-- Extracted data --
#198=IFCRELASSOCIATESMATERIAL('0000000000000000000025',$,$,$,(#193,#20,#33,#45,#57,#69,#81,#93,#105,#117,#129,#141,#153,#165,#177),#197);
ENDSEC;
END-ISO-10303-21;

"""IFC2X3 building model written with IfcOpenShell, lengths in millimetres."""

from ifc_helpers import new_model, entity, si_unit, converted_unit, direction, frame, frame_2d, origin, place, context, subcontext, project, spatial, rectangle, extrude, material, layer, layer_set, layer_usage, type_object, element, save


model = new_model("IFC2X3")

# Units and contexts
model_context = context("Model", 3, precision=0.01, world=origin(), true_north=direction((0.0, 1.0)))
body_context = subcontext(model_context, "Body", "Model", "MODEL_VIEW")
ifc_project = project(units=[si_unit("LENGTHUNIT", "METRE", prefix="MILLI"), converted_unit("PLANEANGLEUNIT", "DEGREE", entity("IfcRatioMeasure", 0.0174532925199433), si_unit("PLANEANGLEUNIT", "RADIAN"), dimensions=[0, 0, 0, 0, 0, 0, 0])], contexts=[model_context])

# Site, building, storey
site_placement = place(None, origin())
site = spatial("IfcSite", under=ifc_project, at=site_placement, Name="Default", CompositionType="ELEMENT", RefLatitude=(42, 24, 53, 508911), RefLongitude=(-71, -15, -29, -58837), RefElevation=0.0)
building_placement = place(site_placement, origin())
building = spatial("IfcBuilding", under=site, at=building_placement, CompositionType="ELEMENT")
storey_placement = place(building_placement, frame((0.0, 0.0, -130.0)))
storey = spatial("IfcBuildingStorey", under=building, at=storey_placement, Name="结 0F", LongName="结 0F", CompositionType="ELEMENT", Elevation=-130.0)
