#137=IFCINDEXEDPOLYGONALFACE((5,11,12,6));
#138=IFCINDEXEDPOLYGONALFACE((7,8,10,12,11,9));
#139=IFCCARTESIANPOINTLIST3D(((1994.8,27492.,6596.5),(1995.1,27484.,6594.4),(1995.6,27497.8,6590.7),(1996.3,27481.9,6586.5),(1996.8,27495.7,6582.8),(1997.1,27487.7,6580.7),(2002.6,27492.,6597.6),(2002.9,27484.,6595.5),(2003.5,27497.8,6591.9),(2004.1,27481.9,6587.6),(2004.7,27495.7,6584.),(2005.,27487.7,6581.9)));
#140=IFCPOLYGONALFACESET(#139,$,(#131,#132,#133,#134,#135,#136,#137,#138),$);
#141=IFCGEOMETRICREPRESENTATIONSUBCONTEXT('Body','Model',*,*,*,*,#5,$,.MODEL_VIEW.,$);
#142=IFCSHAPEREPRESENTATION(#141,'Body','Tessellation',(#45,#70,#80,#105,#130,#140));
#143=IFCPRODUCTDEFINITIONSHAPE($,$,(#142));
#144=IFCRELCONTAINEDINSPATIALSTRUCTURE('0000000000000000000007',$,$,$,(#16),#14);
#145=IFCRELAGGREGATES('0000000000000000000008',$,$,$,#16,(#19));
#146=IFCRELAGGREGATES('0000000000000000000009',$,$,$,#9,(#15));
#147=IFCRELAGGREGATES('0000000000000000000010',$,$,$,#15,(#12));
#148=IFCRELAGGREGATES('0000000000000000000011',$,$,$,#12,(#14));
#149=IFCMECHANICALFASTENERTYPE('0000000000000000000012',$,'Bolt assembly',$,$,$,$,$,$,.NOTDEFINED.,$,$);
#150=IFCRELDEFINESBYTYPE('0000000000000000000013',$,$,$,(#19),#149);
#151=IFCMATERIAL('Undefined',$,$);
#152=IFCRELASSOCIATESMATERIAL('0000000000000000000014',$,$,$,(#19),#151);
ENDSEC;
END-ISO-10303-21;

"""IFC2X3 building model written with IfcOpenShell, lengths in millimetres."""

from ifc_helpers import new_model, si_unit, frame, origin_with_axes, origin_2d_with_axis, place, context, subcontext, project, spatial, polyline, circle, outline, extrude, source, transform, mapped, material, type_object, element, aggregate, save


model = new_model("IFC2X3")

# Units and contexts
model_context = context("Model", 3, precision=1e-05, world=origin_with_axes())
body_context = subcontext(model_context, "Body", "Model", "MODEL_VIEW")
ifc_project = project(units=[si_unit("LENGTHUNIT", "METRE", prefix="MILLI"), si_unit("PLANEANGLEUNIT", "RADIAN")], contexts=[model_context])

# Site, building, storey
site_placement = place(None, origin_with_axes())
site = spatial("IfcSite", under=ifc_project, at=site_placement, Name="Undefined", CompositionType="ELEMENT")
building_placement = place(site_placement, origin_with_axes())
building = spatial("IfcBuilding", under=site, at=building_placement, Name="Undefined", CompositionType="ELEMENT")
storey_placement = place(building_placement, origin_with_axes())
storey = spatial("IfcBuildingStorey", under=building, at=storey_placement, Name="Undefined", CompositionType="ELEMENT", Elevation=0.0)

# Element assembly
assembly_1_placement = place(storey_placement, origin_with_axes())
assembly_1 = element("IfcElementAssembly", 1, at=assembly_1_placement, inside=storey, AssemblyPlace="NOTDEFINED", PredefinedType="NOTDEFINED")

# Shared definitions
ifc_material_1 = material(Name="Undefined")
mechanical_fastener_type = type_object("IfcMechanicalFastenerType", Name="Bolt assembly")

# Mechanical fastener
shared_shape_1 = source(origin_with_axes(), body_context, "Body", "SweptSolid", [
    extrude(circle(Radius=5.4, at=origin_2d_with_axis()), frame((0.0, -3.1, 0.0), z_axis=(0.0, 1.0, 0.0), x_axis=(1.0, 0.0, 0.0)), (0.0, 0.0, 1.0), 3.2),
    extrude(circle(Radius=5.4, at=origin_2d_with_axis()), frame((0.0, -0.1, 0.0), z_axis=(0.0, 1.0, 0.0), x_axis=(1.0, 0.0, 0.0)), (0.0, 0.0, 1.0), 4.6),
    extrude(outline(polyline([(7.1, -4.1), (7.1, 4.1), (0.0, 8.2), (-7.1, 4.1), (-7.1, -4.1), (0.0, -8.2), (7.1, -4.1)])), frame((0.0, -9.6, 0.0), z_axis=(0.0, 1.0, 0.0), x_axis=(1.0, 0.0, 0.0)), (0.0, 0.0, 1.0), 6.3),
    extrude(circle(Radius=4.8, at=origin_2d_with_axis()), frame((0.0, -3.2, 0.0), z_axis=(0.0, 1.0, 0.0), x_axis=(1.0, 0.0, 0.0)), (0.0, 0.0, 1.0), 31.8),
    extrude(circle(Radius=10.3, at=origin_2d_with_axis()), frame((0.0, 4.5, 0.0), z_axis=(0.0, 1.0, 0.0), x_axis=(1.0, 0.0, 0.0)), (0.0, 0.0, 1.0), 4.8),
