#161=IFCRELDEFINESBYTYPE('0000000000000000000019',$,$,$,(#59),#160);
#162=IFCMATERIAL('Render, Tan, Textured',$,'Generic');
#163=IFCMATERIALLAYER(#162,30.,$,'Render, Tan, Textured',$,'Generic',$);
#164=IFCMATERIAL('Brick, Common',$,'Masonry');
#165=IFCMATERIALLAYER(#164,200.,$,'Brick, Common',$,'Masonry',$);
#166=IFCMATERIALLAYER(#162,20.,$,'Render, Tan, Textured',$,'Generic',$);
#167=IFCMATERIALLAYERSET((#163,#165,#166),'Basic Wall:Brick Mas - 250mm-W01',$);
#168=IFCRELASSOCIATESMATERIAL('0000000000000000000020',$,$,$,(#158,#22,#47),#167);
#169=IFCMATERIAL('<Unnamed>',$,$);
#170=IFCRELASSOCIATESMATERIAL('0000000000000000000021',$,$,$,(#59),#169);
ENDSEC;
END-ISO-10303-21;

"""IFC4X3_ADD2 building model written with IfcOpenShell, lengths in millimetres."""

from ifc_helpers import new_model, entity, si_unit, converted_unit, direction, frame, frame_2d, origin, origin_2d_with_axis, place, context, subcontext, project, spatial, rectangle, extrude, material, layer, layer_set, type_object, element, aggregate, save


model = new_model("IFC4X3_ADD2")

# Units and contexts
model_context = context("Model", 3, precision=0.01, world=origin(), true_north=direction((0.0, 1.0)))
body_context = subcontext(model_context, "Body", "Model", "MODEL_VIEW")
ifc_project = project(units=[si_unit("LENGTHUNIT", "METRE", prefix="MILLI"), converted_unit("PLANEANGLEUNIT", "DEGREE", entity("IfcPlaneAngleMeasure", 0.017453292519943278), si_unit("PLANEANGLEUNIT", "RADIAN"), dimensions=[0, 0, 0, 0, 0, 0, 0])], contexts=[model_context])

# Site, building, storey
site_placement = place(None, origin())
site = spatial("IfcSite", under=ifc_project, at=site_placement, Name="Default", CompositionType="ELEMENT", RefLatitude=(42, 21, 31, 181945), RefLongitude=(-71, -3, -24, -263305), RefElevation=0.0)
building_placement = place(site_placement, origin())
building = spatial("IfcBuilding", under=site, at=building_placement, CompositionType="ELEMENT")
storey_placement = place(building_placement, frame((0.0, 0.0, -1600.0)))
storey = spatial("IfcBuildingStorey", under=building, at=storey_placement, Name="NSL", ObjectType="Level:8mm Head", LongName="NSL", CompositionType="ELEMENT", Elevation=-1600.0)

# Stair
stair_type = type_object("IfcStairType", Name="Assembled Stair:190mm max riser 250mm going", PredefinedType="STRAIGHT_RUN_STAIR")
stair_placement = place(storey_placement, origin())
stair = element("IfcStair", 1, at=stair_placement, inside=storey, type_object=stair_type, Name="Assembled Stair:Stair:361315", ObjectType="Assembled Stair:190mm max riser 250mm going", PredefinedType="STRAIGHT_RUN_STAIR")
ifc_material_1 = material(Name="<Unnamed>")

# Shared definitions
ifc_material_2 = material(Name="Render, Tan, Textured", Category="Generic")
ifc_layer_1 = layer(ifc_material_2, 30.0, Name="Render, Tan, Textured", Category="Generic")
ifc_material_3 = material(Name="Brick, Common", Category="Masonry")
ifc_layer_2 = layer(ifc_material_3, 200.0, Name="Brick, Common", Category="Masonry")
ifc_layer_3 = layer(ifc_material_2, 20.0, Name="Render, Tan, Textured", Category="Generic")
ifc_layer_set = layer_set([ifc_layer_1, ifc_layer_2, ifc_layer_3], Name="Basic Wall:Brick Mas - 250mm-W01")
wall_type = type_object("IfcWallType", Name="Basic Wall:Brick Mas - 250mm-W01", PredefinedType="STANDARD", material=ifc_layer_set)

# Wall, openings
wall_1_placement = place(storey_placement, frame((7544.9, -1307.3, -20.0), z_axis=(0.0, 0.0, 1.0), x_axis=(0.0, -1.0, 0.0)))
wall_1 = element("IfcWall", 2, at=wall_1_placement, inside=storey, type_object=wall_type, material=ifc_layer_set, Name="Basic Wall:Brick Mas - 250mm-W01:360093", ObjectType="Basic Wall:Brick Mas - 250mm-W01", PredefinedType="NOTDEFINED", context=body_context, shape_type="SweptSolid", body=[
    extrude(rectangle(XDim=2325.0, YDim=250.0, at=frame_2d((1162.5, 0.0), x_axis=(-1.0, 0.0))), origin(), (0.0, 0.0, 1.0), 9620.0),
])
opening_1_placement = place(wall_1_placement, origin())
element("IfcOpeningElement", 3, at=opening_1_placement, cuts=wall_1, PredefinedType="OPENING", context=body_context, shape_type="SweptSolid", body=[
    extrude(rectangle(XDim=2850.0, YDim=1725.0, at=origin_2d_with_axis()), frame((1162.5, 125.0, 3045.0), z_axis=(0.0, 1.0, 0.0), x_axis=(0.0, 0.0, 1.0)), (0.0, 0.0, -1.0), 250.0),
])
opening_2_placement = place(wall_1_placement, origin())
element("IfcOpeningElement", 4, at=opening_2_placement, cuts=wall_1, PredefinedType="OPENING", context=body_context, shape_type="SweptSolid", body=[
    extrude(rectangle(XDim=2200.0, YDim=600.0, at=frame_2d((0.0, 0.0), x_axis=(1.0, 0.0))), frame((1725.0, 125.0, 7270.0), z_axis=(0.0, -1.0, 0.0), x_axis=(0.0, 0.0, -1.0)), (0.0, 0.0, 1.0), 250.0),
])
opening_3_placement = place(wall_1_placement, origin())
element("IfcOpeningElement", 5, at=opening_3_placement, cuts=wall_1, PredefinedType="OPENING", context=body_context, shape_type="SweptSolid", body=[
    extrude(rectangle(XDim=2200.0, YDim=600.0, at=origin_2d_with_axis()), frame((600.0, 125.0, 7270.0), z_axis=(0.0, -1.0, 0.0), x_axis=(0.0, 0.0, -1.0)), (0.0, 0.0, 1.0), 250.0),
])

-- Action item --
Nothing but a number should be given: how many lines in the listing hold the word "riser".

-- Answer to this exercise --
2